**What to produce**
All lines with the word "IFCRELVOIDSELEMENT" must be pulled from the entries below.

Saved data entries:

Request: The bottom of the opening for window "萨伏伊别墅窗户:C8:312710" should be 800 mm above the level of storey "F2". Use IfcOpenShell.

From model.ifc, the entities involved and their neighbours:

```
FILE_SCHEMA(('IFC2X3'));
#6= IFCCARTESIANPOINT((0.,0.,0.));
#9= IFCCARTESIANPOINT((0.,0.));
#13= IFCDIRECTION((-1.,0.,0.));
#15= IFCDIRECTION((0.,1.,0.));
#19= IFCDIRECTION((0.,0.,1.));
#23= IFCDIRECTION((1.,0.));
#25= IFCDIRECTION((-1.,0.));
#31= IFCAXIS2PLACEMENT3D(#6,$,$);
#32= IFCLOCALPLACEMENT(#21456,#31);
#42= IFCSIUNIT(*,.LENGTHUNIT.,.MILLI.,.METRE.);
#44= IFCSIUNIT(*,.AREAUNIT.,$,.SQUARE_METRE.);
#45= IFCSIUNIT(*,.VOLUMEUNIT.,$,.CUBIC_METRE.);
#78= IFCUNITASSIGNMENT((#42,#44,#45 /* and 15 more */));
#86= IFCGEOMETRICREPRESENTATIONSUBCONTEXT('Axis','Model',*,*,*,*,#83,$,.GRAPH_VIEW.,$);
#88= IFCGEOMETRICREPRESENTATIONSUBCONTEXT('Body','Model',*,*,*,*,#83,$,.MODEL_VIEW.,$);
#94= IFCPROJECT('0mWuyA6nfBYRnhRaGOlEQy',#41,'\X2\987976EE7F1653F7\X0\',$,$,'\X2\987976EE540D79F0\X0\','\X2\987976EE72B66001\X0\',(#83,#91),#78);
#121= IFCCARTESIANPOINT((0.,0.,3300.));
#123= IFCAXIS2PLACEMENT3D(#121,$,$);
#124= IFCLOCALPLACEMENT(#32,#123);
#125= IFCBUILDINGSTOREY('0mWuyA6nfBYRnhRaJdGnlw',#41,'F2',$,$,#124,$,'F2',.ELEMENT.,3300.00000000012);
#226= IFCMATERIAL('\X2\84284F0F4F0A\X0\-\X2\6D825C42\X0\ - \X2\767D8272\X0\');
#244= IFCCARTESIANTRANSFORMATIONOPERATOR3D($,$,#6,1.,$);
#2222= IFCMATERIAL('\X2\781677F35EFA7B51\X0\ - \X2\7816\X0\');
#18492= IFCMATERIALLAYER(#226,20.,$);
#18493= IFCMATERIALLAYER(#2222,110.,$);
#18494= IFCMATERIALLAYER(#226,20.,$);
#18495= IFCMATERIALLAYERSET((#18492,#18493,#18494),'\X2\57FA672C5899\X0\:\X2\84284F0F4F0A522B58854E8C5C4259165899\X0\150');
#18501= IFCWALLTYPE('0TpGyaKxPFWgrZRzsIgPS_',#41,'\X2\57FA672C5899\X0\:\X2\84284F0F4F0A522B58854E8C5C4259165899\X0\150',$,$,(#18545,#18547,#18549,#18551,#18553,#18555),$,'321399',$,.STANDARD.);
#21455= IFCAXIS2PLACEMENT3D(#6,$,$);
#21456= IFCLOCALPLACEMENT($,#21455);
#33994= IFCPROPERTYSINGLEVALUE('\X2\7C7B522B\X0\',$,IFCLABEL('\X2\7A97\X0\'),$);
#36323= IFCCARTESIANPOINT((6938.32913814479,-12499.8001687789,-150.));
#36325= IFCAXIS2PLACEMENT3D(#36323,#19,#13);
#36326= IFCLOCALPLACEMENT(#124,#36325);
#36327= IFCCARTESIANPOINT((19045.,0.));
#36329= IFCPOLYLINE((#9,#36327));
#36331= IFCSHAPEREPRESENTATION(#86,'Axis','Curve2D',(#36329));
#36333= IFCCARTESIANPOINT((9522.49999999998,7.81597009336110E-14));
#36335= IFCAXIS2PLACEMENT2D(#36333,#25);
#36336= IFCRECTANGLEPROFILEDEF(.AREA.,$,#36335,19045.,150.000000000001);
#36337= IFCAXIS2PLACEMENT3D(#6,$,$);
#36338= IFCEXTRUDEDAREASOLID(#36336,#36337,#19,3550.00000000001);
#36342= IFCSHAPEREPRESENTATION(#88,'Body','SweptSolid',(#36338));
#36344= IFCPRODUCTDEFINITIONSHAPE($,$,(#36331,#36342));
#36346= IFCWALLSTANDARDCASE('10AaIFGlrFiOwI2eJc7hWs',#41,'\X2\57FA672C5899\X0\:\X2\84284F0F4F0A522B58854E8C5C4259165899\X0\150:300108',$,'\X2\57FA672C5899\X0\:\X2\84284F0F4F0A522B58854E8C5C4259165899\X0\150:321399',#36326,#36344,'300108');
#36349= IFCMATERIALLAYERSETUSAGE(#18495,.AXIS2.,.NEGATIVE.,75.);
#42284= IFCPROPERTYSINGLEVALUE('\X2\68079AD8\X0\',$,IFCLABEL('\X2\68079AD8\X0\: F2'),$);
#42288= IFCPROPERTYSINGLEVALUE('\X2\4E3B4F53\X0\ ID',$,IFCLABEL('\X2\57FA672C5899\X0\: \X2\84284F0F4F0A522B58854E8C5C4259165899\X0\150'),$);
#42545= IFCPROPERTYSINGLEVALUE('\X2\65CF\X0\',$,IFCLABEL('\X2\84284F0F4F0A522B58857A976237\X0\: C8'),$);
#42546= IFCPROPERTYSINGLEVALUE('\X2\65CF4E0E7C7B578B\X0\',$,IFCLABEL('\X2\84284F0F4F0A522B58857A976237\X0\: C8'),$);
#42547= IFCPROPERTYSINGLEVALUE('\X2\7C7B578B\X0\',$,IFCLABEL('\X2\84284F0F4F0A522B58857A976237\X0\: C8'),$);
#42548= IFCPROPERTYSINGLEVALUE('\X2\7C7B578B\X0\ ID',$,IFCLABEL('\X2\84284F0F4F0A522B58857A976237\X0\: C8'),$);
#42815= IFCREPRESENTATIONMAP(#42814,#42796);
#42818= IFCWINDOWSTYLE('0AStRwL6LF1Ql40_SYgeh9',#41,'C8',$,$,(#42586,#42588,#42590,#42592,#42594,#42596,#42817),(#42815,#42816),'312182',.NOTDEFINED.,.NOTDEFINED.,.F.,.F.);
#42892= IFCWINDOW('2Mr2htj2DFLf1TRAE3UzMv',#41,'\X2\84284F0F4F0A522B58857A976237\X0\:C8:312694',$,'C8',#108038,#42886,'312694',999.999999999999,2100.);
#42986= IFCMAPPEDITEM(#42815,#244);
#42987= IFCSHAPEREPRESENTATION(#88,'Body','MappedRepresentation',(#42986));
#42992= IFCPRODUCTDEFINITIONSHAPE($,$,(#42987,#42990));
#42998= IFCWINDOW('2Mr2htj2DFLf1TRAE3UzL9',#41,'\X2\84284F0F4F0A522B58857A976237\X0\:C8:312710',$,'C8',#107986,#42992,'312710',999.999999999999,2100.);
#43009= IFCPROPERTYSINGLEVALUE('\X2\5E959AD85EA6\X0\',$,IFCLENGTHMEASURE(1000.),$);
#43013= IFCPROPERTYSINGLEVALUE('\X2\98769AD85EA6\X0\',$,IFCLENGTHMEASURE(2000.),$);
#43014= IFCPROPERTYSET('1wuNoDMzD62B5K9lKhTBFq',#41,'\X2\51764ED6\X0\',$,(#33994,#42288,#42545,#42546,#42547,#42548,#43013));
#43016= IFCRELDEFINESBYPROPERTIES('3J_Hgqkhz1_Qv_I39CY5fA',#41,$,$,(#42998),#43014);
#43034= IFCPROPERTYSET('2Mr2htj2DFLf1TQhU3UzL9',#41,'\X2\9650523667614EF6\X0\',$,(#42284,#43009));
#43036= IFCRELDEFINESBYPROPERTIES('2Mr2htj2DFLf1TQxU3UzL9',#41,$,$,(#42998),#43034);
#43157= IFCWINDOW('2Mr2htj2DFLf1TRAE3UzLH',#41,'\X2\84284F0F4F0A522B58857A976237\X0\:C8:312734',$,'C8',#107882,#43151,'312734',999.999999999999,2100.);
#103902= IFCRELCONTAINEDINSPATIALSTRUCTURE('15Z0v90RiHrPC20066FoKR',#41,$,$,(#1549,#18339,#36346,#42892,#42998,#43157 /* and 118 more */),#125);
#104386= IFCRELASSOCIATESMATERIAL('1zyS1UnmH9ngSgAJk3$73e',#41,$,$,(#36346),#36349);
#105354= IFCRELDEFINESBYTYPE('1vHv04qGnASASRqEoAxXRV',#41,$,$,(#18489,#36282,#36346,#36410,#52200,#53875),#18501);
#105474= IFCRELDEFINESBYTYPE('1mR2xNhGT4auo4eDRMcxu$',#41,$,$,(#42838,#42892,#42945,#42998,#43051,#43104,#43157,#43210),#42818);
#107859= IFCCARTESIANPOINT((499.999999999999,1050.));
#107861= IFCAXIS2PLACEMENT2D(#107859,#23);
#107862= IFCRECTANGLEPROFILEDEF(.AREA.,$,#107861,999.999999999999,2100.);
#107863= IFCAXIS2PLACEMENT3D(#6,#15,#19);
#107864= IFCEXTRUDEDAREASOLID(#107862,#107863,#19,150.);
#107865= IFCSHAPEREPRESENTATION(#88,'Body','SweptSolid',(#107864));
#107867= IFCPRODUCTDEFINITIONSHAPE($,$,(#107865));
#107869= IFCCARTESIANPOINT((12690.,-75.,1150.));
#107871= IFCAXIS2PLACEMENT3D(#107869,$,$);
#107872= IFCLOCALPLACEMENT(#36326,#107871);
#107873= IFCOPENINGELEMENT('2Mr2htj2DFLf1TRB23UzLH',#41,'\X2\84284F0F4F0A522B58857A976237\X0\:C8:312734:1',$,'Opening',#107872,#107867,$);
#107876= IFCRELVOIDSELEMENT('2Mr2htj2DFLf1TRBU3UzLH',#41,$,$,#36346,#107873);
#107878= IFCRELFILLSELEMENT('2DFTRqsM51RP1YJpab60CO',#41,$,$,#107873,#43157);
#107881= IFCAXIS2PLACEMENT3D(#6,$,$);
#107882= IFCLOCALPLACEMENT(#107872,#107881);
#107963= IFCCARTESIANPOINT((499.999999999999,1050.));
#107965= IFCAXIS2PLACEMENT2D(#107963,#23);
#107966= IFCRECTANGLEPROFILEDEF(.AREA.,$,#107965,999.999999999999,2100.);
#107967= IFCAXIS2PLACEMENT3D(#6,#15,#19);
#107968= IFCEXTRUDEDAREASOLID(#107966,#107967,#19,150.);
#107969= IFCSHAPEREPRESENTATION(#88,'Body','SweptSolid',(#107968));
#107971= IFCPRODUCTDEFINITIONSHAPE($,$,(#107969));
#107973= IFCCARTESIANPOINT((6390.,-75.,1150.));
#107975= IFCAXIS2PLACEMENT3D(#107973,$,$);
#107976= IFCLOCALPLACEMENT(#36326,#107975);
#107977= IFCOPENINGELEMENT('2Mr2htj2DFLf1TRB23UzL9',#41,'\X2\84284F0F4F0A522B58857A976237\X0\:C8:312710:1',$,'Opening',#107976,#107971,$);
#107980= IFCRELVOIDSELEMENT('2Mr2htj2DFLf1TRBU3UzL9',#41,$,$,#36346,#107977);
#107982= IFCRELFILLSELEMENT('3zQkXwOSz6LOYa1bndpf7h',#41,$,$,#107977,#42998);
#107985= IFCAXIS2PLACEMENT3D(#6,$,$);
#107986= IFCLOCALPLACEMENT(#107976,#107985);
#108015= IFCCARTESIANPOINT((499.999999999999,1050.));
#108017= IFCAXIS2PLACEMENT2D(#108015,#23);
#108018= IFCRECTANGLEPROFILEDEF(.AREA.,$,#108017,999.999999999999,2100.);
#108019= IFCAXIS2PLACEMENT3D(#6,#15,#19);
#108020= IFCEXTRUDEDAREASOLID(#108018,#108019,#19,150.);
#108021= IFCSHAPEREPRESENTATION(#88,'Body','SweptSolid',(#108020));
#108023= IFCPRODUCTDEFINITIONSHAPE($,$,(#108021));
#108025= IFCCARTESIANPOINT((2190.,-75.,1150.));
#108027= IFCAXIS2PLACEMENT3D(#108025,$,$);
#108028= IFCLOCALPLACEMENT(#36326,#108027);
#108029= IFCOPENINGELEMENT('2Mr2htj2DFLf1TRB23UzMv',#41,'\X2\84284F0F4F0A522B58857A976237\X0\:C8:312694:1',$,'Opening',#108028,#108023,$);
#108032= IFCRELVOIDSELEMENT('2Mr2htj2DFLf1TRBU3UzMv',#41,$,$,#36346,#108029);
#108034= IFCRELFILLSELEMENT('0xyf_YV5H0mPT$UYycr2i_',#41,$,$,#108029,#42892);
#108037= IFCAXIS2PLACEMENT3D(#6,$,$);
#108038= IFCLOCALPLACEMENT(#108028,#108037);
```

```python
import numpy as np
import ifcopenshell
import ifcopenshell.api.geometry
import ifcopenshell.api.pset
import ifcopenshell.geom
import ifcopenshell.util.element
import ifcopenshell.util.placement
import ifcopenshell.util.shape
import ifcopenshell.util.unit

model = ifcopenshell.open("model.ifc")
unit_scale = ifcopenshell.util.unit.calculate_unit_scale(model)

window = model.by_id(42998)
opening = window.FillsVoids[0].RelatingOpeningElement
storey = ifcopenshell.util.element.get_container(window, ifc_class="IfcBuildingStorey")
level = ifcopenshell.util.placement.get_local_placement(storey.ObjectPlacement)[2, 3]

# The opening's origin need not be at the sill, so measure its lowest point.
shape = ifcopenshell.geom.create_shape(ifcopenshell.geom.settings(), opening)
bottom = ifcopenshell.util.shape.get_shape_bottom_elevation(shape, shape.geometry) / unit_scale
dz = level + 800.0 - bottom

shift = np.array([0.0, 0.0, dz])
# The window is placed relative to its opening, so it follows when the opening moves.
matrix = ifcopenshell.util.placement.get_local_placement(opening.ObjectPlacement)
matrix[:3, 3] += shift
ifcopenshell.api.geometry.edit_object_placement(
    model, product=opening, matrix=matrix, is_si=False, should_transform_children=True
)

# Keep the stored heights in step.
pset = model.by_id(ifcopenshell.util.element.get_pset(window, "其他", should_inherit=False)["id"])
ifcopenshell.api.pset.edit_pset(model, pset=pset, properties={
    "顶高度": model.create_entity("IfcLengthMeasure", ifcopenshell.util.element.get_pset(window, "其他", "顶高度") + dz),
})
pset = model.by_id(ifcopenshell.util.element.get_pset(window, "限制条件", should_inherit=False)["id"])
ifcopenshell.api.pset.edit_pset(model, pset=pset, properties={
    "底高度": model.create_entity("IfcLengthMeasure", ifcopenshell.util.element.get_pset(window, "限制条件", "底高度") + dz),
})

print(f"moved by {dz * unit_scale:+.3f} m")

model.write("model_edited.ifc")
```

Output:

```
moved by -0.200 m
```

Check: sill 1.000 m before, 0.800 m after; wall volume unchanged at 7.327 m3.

**Result of this exercise**
#107876= IFCRELVOIDSELEMENT('2Mr2htj2DFLf1TRBU3UzLH',#41,$,$,#36346,#107873);
#107980= IFCRELVOIDSELEMENT('2Mr2htj2DFLf1TRBU3UzL9',#41,$,$,#36346,#107977);
#108032= IFCRELVOIDSELEMENT('2Mr2htj2DFLf1TRBU3UzMv',#41,$,$,#36346,#108029);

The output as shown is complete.